• EXERCISE DETAILS
Please copy every line of the records below that holds the word "Exterior".

• DATA RECORDS
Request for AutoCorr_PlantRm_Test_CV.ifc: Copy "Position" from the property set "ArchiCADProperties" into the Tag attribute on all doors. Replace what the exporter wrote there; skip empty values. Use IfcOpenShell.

First a look at what the model holds.

```python
import ifcopenshell
import ifcopenshell.util.element

model = ifcopenshell.open("AutoCorr_PlantRm_Test_CV.ifc")
print(model.schema)
doors = model.by_type("IfcDoor")
print(len(doors), "doors")
for e in doors[:8]:
    source = ifcopenshell.util.element.get_pset(e, "ArchiCADProperties", "Position")
    target = e.Tag
    print(e.id(), repr(source), repr(target), sep=" | ")
```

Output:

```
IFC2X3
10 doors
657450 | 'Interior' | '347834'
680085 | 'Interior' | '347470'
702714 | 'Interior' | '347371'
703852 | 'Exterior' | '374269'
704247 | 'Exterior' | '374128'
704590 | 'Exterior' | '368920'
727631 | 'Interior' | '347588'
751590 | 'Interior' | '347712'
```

```python
import ifcopenshell
import ifcopenshell.util.element

model = ifcopenshell.open("AutoCorr_PlantRm_Test_CV.ifc")

count = 0
for e in model.by_type("IfcDoor"):
    value = ifcopenshell.util.element.get_pset(e, "ArchiCADProperties", "Position")
    current = e.Tag
    if not value or not value.strip() or current == value:
        continue
    e.Tag = value
    count += 1

print(count, "doors updated")

model.write("AutoCorr_PlantRm_Test_CV_v2.ifc")
```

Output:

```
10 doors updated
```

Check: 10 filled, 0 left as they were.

• TASK RESPONSE
703852 | 'Exterior' | '374269'
704247 | 'Exterior' | '374128'
704590 | 'Exterior' | '368920'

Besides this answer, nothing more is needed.